TASK OBJECTIVE: Pick every line with "IFCPROJECT" from the material below.

ENTRIES SHOWN:
====
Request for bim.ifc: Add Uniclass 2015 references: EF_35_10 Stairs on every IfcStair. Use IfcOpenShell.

First a look at what the model holds.

```python
import ifcopenshell

model = ifcopenshell.open("bim.ifc")
print(model.schema)
print("classifications:", [c.Name for c in model.by_type("IfcClassification")])
for ifc_class in ("IfcDoor", "IfcRoof", "IfcStair", "IfcWall", "IfcWindow"):
    print(ifc_class, len(model.by_type(ifc_class)))
```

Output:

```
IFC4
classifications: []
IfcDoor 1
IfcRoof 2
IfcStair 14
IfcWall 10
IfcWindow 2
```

```python
import ifcopenshell
import ifcopenshell.api.classification

model = ifcopenshell.open("bim.ifc")

system = ifcopenshell.api.classification.add_classification(model, classification="Uniclass 2015")

codes = {
    "IfcStair": ("EF_35_10", "Stairs"),
}
for ifc_class, (code, name) in codes.items():
    products = model.by_type(ifc_class)
    ifcopenshell.api.classification.add_reference(
        model, products=products, classification=system, identification=code, name=name
    )
    print(code, len(products))

model.write("bim_edited.ifc")
```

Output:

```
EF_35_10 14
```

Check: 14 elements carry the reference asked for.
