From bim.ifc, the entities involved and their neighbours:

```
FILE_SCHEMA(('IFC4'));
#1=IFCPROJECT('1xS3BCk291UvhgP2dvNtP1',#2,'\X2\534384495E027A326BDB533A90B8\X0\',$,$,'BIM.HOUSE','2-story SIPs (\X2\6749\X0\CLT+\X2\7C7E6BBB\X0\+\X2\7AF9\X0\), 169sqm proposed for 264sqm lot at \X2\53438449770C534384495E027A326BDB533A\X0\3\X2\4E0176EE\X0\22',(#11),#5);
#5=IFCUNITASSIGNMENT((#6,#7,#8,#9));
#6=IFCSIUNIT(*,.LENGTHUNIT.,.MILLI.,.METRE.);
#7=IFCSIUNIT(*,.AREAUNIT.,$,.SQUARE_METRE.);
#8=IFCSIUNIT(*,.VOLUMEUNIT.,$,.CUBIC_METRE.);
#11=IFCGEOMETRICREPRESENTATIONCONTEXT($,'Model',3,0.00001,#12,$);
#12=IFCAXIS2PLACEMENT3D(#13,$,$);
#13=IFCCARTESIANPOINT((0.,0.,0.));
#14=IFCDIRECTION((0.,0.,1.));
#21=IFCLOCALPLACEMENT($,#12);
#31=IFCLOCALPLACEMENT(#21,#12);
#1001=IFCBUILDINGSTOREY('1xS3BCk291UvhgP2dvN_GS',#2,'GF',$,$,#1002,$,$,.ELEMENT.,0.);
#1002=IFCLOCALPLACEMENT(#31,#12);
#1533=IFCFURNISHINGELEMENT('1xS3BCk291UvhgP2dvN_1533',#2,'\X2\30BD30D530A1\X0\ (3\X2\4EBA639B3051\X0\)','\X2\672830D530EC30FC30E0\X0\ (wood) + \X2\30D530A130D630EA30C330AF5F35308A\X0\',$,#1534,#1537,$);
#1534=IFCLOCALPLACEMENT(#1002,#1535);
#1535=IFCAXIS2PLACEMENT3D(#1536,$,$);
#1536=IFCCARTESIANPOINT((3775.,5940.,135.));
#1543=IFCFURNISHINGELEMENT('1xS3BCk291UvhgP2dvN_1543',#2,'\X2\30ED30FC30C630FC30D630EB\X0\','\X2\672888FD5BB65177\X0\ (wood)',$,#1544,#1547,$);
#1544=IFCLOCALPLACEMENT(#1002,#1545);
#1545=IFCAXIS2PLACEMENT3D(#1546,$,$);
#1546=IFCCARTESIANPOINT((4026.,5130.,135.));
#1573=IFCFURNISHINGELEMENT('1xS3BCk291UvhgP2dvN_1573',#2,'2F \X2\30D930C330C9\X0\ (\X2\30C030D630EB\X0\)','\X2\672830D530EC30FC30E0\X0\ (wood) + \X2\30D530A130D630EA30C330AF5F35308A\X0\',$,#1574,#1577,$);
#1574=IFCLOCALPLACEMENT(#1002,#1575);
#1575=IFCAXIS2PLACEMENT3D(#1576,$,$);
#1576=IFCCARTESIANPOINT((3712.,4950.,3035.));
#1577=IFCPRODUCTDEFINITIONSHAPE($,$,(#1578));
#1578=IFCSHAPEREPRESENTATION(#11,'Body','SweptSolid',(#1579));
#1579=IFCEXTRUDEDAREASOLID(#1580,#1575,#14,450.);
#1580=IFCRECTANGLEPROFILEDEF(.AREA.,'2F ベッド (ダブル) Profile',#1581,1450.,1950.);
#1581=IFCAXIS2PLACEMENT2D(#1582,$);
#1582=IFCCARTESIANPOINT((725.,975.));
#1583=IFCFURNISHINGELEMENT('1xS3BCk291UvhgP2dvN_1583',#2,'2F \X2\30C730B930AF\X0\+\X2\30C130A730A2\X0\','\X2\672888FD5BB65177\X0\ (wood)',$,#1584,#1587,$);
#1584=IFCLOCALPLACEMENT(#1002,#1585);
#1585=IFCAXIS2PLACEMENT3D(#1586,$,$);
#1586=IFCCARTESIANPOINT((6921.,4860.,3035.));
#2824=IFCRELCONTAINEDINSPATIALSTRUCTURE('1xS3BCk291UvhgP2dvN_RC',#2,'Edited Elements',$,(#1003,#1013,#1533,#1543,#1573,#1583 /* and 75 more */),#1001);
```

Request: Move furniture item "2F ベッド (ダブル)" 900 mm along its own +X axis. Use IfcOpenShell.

```python
import ifcopenshell
import ifcopenshell.api.geometry
import ifcopenshell.util.placement
import ifcopenshell.util.unit

model = ifcopenshell.open("bim.ifc")
unit_scale = ifcopenshell.util.unit.calculate_unit_scale(model)

item = model.by_guid("1xS3BCk291UvhgP2dvN_1573")
matrix = ifcopenshell.util.placement.get_local_placement(item.ObjectPlacement)
matrix[:3, 3] += matrix[:3, 0] * 0.9 / unit_scale
ifcopenshell.api.geometry.edit_object_placement(model, product=item, matrix=matrix, is_si=False)

print(ifcopenshell.util.placement.get_local_placement(item.ObjectPlacement).round(3) + 0.0)

model.write("bim_rev.ifc")
```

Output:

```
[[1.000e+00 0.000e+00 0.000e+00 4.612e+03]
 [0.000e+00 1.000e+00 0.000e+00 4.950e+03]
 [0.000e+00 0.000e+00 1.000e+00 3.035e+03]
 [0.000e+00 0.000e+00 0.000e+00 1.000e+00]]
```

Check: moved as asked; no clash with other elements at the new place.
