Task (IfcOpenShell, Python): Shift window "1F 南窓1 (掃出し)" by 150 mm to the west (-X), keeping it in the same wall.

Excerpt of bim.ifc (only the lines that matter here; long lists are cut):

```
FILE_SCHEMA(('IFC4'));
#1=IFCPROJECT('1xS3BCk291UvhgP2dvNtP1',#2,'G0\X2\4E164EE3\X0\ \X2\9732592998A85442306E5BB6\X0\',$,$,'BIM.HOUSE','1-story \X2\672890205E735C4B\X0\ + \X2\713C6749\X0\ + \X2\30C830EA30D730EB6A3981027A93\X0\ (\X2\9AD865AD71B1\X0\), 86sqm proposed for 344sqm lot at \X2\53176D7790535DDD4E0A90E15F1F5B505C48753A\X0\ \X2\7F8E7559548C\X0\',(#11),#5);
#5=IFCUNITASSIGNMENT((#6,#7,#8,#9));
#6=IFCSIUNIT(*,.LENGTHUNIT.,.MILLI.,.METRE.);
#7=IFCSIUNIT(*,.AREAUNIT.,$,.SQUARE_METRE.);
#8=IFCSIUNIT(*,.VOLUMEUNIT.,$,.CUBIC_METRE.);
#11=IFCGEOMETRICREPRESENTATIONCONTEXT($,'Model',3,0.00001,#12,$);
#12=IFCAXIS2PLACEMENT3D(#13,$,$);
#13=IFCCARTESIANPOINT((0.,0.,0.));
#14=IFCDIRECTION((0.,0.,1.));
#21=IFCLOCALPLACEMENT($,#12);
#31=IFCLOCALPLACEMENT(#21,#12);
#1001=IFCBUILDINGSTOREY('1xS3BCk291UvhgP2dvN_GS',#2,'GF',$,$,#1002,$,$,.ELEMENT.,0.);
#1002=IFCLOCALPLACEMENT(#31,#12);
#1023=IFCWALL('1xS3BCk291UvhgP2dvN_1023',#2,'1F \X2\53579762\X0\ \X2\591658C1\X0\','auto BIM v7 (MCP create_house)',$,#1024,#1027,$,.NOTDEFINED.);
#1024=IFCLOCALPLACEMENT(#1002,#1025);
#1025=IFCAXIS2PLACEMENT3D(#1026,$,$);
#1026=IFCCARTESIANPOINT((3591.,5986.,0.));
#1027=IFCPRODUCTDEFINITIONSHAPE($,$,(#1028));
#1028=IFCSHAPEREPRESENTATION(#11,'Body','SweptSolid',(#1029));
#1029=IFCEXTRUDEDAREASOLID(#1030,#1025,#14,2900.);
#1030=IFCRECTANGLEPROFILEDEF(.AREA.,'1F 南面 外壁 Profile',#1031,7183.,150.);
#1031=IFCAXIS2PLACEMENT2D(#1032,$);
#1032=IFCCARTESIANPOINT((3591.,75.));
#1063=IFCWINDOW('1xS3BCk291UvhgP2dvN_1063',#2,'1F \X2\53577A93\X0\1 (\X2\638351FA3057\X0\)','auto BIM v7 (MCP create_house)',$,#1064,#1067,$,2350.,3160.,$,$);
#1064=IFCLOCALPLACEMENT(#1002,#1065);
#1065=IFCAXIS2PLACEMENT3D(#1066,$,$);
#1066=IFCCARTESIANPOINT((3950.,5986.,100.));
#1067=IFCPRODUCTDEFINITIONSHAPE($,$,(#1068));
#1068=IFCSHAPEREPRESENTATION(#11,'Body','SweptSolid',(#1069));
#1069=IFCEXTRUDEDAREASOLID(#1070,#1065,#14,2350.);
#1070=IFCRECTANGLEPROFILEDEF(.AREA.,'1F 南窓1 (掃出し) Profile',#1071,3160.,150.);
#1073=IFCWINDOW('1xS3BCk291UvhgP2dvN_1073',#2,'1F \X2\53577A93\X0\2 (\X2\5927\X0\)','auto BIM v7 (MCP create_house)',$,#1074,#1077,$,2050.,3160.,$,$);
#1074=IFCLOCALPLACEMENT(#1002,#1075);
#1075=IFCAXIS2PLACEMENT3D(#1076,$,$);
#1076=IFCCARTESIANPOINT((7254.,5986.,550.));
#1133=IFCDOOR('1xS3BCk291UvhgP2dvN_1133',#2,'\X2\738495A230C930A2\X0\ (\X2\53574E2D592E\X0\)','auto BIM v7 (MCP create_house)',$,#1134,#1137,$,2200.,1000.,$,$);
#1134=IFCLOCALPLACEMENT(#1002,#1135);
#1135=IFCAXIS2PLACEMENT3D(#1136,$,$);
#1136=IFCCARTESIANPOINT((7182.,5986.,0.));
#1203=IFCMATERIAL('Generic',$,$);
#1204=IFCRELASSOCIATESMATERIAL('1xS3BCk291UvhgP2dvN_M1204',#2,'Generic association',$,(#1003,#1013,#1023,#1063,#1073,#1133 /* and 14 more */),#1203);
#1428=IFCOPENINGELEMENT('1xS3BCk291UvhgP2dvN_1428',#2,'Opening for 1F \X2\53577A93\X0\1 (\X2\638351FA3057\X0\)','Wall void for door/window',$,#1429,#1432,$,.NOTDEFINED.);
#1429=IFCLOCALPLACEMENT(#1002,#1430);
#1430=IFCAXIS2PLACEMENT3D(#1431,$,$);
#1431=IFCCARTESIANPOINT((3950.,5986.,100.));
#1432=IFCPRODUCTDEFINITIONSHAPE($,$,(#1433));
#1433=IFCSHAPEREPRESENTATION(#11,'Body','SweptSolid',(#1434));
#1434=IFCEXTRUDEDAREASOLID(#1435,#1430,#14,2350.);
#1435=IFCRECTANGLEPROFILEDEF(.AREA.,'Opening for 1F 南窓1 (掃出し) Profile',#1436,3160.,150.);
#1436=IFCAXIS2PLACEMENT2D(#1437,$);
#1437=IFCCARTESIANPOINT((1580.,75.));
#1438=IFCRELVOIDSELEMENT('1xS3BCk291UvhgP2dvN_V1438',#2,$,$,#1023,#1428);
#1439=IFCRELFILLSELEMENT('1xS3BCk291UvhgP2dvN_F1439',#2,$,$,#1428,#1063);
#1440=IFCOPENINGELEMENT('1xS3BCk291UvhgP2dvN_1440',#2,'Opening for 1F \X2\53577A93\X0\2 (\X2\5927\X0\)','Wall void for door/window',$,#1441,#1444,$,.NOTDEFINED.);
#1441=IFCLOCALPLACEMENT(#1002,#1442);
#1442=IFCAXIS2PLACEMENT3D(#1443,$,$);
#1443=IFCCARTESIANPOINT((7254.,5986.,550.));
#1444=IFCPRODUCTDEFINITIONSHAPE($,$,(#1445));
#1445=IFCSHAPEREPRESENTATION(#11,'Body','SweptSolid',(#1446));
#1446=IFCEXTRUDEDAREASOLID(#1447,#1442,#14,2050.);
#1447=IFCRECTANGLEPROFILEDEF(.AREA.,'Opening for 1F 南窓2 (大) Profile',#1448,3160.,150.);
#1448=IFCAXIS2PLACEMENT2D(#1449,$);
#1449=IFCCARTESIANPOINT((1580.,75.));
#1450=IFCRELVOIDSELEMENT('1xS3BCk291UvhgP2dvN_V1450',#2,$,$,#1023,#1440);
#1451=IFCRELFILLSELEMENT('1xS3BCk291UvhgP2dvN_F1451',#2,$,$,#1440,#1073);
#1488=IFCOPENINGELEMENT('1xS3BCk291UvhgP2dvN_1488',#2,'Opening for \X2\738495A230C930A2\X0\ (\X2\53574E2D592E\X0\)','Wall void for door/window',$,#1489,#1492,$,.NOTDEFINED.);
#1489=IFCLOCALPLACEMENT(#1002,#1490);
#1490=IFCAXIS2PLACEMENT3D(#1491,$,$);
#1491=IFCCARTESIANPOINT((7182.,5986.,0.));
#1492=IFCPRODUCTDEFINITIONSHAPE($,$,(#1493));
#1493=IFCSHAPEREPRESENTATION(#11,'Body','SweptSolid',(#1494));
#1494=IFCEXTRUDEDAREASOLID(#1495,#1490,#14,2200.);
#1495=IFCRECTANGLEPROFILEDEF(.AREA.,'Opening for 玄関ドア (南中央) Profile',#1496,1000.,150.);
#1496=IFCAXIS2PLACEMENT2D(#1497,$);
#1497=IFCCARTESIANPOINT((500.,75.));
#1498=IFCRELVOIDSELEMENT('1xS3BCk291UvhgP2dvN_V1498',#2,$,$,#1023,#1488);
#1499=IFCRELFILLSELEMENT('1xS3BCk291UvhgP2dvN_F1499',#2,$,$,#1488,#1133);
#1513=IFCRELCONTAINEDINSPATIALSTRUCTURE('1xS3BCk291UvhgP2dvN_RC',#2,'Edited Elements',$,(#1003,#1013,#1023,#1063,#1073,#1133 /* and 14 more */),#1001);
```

```python
import ifcopenshell
import ifcopenshell.api.geometry
import ifcopenshell.util.placement

model = ifcopenshell.open("bim.ifc")

window = model.by_guid("1xS3BCk291UvhgP2dvN_1063")
opening = window.FillsVoids[0].RelatingOpeningElement
wall = opening.VoidsElements[0].RelatingBuildingElement

wall_matrix = ifcopenshell.util.placement.get_local_placement(wall.ObjectPlacement)
shift = wall_matrix[:3, 0] * -150.0
before = ifcopenshell.util.placement.get_local_placement(window.ObjectPlacement)[:3, 3].copy()

# The window is not placed relative to its opening, so move both.
for product in (opening, window):
    matrix = ifcopenshell.util.placement.get_local_placement(product.ObjectPlacement)
    matrix[:3, 3] += shift
    ifcopenshell.api.geometry.edit_object_placement(model, product=product, matrix=matrix, is_si=False)

after = ifcopenshell.util.placement.get_local_placement(window.ObjectPlacement)[:3, 3]
print("window moved by", (after - before).round(3) + 0.0)

model.write("bim_edited.ifc")
```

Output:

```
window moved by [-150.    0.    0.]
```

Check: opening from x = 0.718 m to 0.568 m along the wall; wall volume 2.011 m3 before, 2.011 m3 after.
====
WORKED SOLUTION:
#1=IFCPROJECT('1xS3BCk291UvhgP2dvNtP1',#2,'\X2\534384495E027A326BDB533A90B8\X0\',$,$,'BIM.HOUSE','2-story SIPs (\X2\6749\X0\CLT+\X2\7C7E6BBB\X0\+\X2\7AF9\X0\), 169sqm proposed for 264sqm lot at \X2\53438449770C534384495E027A326BDB533A\X0\3\X2\4E0176EE\X0\22',(#11),#5);
#1=IFCPROJECT('1xS3BCk291UvhgP2dvNtP1',#2,'G0\X2\4E164EE3\X0\ \X2\9732592998A85442306E5BB6\X0\',$,$,'BIM.HOUSE','1-story \X2\672890205E735C4B\X0\ + \X2\713C6749\X0\ + \X2\30C830EA30D730EB6A3981027A93\X0\ (\X2\9AD865AD71B1\X0\), 86sqm proposed for 344sqm lot at \X2\53176D7790535DDD4E0A90E15F1F5B505C48753A\X0\ \X2\7F8E7559548C\X0\',(#11),#5);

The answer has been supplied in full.